I have a list of Map like this,我有一个像这样的 Map 的列表,
List<Map<String, Object>> myList = new ArrayList<>();
Map<String, Object> mp1 = new HashMap<>();
mp1.put("id", 1);
mp1.put("name", "John");
Map<String, Object> mp2 = new HashMap<>();
mp2.put("id", 2);
mp2.put("name", "Carte");
the key-value pairs the we are putting in the map are not fixed, we can have any dynamic key-value pairs(dynamic schema).我们放入 map 的键值对不是固定的,我们可以有任何动态键值对(动态模式)。

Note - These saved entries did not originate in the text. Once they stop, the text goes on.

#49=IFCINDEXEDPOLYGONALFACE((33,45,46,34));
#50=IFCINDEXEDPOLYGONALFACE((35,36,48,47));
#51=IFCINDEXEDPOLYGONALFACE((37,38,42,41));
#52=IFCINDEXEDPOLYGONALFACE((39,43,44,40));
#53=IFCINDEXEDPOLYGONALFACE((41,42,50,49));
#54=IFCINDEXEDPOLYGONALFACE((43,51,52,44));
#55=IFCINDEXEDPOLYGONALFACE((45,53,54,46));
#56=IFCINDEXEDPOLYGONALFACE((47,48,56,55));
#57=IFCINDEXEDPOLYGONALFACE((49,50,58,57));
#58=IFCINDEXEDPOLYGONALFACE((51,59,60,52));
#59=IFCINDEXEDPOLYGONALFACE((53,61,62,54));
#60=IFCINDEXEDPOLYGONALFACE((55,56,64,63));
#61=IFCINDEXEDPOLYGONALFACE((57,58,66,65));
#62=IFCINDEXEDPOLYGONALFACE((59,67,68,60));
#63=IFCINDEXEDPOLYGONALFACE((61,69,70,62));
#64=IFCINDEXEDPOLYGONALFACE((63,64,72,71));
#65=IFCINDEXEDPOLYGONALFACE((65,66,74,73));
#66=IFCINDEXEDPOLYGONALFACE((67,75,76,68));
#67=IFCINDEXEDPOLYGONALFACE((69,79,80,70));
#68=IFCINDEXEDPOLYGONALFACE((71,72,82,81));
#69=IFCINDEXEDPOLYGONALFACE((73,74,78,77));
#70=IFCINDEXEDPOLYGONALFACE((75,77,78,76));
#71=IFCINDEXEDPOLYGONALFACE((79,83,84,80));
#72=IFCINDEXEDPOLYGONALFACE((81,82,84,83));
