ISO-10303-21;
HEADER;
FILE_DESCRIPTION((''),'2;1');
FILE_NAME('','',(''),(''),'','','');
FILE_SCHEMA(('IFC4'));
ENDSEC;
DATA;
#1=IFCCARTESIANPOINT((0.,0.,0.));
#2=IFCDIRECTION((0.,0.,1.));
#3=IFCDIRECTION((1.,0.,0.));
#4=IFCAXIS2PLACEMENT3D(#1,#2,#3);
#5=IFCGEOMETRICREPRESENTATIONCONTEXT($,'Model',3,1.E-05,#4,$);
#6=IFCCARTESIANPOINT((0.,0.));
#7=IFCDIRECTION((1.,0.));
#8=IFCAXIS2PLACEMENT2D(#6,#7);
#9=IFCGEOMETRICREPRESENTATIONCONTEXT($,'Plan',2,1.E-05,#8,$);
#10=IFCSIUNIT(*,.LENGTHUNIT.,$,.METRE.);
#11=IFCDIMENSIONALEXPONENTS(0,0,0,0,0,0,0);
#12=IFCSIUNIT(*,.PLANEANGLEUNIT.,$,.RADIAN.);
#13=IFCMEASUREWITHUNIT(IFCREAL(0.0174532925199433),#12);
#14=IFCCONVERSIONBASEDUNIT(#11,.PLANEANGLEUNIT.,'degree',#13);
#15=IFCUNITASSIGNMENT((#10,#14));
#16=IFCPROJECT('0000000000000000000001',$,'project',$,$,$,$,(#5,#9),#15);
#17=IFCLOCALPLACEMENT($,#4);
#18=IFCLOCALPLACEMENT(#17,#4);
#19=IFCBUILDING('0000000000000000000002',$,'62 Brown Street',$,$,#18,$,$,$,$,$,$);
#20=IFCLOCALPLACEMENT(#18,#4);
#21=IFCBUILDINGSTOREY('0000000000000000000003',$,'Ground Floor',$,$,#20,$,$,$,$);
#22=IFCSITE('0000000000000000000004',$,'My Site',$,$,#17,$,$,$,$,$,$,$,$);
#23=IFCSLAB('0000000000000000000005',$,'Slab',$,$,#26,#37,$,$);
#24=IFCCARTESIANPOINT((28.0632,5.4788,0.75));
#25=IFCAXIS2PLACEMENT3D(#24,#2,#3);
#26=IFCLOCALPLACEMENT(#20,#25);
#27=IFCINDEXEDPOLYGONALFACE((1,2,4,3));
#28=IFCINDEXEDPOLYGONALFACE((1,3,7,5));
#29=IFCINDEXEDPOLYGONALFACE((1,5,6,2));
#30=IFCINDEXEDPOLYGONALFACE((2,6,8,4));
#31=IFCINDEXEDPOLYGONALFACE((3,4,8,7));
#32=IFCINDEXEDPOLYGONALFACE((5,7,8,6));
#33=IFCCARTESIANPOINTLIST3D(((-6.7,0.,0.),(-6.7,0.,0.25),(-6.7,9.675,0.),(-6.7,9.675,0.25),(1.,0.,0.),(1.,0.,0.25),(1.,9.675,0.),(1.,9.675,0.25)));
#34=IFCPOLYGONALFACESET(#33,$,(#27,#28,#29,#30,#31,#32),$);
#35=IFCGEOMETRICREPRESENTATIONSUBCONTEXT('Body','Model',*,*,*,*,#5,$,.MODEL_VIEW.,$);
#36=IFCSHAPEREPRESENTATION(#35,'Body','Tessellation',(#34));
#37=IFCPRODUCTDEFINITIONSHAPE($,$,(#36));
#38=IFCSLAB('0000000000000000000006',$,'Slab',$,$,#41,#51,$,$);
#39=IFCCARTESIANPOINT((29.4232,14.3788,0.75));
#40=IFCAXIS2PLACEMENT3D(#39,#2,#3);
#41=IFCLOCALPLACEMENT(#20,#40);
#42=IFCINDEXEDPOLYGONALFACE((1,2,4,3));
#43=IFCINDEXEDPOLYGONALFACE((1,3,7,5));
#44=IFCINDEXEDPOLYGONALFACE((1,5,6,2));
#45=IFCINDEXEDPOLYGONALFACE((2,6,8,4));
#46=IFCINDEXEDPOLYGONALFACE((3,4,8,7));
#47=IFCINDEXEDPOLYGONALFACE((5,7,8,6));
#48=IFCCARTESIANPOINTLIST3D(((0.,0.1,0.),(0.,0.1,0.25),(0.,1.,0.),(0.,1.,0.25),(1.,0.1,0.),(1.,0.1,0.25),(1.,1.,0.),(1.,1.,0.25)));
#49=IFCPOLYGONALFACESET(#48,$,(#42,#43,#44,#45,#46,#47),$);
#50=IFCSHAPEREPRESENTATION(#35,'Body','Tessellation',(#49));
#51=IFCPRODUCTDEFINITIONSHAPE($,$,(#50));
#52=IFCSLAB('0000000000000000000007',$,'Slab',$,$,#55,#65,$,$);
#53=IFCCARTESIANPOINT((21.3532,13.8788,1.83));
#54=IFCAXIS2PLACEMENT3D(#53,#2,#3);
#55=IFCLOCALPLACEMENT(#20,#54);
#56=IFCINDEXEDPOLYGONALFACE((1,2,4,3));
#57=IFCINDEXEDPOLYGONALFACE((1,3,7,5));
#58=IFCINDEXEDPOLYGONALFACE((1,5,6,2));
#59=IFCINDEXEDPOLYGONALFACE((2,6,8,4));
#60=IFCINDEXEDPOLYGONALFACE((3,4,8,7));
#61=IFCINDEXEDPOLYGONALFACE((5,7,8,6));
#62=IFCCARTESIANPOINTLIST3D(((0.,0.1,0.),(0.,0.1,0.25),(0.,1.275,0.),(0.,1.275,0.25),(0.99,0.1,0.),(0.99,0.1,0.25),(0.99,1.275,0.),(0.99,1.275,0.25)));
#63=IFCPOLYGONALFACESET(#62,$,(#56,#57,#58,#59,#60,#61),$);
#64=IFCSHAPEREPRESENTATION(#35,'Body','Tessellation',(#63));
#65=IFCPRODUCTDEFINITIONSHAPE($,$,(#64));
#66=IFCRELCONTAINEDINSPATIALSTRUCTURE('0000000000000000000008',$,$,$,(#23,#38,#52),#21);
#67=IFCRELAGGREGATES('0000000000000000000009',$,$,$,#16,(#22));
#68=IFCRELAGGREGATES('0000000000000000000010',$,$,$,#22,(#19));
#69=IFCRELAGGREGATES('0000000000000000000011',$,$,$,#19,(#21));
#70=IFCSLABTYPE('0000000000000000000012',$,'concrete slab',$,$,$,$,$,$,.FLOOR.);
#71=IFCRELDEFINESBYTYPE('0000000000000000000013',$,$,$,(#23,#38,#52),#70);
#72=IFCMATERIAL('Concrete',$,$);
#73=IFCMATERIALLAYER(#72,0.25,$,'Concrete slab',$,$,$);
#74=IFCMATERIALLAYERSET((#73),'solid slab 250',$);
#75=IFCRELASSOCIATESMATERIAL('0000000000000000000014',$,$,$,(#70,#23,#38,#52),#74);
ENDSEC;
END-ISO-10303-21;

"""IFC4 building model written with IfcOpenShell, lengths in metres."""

from ifc_helpers import new_model, entity, si_unit, converted_unit, frame, origin_with_axes, origin_2d_with_axis, place, context, subcontext, project, spatial, line, indexed_curve, outline, extrude, material, layer, layer_set, layer_usage, type_object, element, save


model = new_model("IFC4")

# Units and contexts
model_context = context("Model", 3, precision=1e-05, world=origin_with_axes())
plan_context = context("Plan", 2, precision=1e-05, world=origin_2d_with_axis())
body_context_1 = subcontext(model_context, "Body", "Model", "MODEL_VIEW")
ifc_project = project(units=[si_unit("LENGTHUNIT", "METRE"), converted_unit("PLANEANGLEUNIT", "degree", entity("IfcReal", 0.0174532925199433), si_unit("PLANEANGLEUNIT", "RADIAN"), dimensions=[0, 0, 0, 0, 0, 0, 0])], contexts=[model_context, plan_context])

# Site, building, storey
site_placement = place(None, origin_with_axes())
site = spatial("IfcSite", under=ifc_project, at=site_placement, Name="My Site")
building_placement = place(site_placement, origin_with_axes())
building = spatial("IfcBuilding", under=site, at=building_placement, Name="62 Brown Street")
storey_placement = place(building_placement, origin_with_axes())
storey = spatial("IfcBuildingStorey", under=building, at=storey_placement, Name="Ground Floor")

# Slabs
ifc_material_1 = material(Name="Concrete")
ifc_layer_1 = layer(ifc_material_1, 0.25, Name="Concrete slab")
ifc_layer_set_1 = layer_set([ifc_layer_1], Name="solid slab 250")
slab_type = type_object("IfcSlabType", Name="concrete slab", PredefinedType="FLOOR", material=ifc_layer_set_1)
ifc_layer_usage_1 = layer_usage(ifc_layer_set_1, "AXIS3", "POSITIVE", 0.0)
slab_1_placement = place(storey_placement, frame((28.0632, 5.4788, 0.75), z_axis=(0.0, 0.0, 1.0), x_axis=(1.0, 0.0, 0.0)))
element("IfcSlab", 1, at=slab_1_placement, inside=storey, type_object=slab_type, material=ifc_layer_usage_1, Name="Slab", context=body_context_1, shape_type="SweptSolid", body=[
    extrude(outline(indexed_curve([(1.0, 9.675), (-6.7, 9.675), (-6.7, 0.0), (1.0, 0.0)], segments=[line(3, 2), line(2, 1), line(1, 4), line(4, 3)], self_intersect=False)), None, (0.0, 0.0, 1.0), 0.25),
])
ifc_layer_usage_2 = layer_usage(ifc_layer_set_1, "AXIS3", "POSITIVE", 0.0)
slab_2_placement = place(storey_placement, frame((29.4232, 14.3788, 0.75), z_axis=(0.0, 0.0, 1.0), x_axis=(1.0, 0.0, 0.0)))
element("IfcSlab", 2, at=slab_2_placement, inside=storey, type_object=slab_type, material=ifc_layer_usage_2, Name="Slab", context=body_context_1, shape_type="SweptSolid", body=[
    extrude(outline(indexed_curve([(1.0, 1.0), (1.0, 0.1), (0.0, 0.1), (0.0, 1.0)], segments=[line(3, 2), line(2, 1), line(1, 4), line(4, 3)], self_intersect=False)), None, (0.0, 0.0, 1.0), 0.25),
])
ifc_layer_usage_3 = layer_usage(ifc_layer_set_1, "AXIS3", "POSITIVE", 0.0)
slab_3_placement = place(storey_placement, frame((21.3532, 13.8788, 1.83), z_axis=(0.0, 0.0, 1.0), x_axis=(1.0, 0.0, 0.0)))
element("IfcSlab", 3, at=slab_3_placement, inside=storey, type_object=slab_type, material=ifc_layer_usage_3, Name="Slab", context=body_context_1, shape_type="SweptSolid", body=[
    extrude(outline(indexed_curve([(0.99, 1.275), (0.99, 0.1), (0.0, 0.1), (0.0, 1.275)], segments=[line(3, 2), line(2, 1), line(1, 4), line(4, 3)], self_intersect=False)), None, (0.0, 0.0, 1.0), 0.25),
])

save(model, "model.ifc")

I want to convert it into spark dataframe.我想把它转换成火花 dataframe。 ( Dataset< Row > ).
(数据集<行> )。
+--+--------+ +--+--------+
| | id |
编号 | name |
姓名 |
+--+--------+ +--+--------+
| | 1 |
1 | John |
约翰 |
+--+--------+ +--+--------+
| | 2 |
2 | Carte |
点菜 |
+--+--------+ +--+--------+
How this can be achieved?如何做到这一点?
Note: As I said, the key-value pairs are dynamic, I can not create a java bean in advance and use this below syntax.注意:正如我所说,键值对是动态的,我不能提前创建 java bean 并使用以下语法。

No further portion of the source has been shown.